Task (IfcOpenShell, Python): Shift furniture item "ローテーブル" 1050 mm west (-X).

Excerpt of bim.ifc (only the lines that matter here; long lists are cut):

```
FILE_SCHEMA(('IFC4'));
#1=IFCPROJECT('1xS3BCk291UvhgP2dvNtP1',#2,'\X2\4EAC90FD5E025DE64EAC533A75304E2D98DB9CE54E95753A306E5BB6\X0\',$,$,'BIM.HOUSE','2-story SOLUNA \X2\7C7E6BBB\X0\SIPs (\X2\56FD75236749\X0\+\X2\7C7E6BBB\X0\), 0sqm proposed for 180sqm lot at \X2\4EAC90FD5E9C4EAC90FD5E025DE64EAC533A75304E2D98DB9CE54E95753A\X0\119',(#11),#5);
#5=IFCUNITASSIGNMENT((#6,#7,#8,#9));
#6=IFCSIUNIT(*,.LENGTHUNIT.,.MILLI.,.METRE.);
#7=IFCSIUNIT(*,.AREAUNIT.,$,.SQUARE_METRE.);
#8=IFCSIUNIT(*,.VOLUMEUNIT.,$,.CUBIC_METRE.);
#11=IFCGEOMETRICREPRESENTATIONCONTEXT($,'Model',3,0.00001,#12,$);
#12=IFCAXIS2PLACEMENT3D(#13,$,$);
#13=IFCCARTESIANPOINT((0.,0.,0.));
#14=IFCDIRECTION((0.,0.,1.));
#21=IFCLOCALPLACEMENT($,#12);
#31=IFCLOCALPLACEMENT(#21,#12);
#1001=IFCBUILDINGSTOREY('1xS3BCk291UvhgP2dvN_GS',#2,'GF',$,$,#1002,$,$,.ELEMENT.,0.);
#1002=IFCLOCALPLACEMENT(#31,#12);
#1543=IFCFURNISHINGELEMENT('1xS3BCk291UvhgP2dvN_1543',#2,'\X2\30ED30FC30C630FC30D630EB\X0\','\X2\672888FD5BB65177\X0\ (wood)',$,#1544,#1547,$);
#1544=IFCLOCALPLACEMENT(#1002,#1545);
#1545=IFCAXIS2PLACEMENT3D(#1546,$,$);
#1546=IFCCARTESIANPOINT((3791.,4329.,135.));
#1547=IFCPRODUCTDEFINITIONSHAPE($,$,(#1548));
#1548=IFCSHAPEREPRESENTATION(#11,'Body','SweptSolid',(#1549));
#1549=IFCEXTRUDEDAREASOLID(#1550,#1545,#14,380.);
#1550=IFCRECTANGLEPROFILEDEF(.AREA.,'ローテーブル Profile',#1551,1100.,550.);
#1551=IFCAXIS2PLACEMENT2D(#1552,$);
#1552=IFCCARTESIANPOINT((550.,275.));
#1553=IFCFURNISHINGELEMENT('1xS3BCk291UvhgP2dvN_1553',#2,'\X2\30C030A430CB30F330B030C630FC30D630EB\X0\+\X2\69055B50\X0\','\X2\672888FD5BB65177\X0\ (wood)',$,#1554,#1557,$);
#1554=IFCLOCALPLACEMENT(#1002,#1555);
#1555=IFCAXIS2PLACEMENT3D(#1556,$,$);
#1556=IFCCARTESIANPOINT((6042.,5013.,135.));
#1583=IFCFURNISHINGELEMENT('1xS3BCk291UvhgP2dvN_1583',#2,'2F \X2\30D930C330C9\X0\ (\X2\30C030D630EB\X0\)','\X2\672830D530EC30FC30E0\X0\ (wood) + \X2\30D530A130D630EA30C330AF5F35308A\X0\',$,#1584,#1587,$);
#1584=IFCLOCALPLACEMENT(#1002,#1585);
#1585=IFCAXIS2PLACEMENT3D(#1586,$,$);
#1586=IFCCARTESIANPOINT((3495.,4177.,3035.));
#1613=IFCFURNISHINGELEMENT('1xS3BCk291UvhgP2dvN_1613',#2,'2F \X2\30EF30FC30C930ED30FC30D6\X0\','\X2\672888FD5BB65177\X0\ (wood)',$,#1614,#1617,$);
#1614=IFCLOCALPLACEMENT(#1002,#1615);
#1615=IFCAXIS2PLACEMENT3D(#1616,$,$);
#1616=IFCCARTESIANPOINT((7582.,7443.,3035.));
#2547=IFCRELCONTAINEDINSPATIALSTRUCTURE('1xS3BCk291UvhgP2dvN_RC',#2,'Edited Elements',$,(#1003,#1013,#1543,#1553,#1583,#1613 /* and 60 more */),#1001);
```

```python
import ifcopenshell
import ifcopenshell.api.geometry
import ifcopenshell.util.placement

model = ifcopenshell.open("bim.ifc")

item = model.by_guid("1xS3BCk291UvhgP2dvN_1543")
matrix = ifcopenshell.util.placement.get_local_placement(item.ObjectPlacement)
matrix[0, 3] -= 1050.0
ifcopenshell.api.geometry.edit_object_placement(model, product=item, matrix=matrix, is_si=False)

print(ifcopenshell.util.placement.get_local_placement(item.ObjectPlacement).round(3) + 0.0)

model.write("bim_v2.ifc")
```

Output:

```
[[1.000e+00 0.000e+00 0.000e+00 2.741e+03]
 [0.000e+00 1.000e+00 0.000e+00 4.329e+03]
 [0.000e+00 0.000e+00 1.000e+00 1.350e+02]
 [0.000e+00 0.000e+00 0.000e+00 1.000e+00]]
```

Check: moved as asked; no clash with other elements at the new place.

==================================================

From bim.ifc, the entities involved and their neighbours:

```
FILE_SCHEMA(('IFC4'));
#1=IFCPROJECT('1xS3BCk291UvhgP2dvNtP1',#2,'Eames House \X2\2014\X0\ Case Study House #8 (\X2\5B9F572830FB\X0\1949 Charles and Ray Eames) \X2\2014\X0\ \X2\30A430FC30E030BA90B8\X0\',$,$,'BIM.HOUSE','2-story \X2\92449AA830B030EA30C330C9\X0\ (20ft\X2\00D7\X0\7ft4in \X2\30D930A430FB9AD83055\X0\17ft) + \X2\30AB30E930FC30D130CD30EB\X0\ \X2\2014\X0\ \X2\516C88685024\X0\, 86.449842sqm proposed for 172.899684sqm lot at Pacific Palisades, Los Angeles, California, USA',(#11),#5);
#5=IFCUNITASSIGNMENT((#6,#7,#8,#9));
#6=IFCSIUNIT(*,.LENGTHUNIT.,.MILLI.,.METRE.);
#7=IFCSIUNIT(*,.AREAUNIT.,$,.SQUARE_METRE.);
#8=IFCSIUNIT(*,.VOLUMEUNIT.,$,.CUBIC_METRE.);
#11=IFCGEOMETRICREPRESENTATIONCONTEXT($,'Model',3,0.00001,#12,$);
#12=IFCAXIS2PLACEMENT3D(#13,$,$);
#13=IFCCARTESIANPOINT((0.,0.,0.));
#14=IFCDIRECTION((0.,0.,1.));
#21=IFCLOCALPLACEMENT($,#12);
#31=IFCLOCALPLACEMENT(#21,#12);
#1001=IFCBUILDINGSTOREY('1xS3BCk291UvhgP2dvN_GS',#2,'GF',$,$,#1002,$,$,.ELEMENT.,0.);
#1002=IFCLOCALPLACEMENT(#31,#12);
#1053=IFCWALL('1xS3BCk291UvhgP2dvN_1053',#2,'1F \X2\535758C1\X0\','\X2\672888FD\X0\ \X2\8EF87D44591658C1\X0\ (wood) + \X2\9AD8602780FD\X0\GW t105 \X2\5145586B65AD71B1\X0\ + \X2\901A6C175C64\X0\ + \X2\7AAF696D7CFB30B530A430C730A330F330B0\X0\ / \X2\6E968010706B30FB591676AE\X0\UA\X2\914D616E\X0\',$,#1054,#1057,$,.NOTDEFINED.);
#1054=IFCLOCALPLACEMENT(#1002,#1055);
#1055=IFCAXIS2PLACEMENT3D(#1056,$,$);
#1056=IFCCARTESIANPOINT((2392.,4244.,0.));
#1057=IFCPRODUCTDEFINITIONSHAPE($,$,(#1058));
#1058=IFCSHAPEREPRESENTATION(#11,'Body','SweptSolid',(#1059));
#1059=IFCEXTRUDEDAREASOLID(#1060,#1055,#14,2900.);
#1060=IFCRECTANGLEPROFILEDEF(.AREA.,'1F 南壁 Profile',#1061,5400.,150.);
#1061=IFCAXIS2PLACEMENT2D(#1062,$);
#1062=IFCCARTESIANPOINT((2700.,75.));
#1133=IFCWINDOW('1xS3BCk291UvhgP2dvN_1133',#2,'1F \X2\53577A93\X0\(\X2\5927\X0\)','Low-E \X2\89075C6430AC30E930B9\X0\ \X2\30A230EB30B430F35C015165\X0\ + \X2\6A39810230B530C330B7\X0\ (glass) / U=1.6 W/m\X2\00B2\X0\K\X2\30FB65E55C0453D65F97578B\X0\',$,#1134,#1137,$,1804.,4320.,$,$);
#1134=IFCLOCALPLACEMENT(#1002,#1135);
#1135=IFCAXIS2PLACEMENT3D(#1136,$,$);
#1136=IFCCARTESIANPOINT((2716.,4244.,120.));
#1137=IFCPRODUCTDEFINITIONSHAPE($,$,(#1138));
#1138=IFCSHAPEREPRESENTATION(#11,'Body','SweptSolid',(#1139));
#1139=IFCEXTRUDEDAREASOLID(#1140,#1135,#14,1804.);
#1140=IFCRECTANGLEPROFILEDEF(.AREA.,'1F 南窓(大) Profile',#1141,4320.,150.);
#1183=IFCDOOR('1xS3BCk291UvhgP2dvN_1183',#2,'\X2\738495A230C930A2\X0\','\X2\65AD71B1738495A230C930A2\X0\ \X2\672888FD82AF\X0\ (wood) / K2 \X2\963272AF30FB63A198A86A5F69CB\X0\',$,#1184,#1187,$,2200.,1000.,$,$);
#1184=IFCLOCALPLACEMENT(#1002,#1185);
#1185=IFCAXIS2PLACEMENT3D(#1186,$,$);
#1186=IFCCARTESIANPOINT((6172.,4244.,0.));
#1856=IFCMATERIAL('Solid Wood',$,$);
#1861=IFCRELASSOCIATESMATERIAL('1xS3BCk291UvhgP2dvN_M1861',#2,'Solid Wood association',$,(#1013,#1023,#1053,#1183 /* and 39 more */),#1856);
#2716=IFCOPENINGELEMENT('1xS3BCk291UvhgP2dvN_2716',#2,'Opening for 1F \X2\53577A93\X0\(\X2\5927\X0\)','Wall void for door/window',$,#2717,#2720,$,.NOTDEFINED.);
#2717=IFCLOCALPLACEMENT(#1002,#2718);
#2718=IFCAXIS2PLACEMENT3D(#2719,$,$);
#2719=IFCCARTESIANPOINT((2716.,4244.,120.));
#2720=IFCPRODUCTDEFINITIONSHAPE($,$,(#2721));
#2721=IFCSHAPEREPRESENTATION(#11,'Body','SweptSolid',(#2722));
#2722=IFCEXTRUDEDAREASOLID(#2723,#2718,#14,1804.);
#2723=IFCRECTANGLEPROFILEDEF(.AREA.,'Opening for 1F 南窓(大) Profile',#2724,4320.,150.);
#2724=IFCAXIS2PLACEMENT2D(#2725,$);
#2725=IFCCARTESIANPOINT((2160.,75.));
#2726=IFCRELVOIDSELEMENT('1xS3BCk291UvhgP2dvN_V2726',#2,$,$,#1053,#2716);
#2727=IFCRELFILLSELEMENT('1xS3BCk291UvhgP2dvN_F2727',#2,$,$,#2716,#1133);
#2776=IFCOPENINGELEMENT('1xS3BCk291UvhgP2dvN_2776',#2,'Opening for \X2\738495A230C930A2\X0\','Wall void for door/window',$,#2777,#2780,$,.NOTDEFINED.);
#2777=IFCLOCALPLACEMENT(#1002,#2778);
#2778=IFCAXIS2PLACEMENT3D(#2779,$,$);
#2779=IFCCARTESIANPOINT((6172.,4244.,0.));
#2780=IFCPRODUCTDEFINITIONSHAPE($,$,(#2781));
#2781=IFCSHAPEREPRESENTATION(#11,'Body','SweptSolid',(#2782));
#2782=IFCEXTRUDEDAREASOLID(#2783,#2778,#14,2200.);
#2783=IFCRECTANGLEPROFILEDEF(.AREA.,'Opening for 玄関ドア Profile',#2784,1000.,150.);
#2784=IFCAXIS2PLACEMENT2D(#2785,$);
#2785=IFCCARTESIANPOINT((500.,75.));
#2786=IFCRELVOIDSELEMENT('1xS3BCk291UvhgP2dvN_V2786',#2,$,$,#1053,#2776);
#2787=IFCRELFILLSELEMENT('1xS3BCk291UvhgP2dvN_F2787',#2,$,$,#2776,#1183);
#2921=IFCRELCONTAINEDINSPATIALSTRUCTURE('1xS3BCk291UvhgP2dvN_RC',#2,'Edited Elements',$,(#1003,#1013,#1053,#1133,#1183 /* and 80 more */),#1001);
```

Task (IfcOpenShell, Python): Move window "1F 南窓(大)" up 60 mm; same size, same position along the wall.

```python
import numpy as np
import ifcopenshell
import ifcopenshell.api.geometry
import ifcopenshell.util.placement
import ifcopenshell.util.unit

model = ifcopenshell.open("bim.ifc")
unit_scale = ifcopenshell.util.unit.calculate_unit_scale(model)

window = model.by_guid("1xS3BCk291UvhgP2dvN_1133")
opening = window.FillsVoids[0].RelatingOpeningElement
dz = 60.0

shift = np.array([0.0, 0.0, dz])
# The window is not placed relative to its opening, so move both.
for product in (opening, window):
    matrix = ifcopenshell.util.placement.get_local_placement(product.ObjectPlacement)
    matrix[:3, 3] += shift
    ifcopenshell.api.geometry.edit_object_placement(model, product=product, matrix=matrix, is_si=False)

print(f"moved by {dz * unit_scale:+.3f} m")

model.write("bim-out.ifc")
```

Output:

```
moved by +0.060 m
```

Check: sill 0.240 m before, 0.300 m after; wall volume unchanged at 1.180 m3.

==================================================

* _Work to complete_: Gather all lines with the string "IFCOPENINGELEMENT" from the data.

* _Task response_:
#2716=IFCOPENINGELEMENT('1xS3BCk291UvhgP2dvN_2716',#2,'Opening for 1F \X2\53577A93\X0\(\X2\5927\X0\)','Wall void for door/window',$,#2717,#2720,$,.NOTDEFINED.);
#2776=IFCOPENINGELEMENT('1xS3BCk291UvhgP2dvN_2776',#2,'Opening for \X2\738495A230C930A2\X0\','Wall void for door/window',$,#2777,#2780,$,.NOTDEFINED.);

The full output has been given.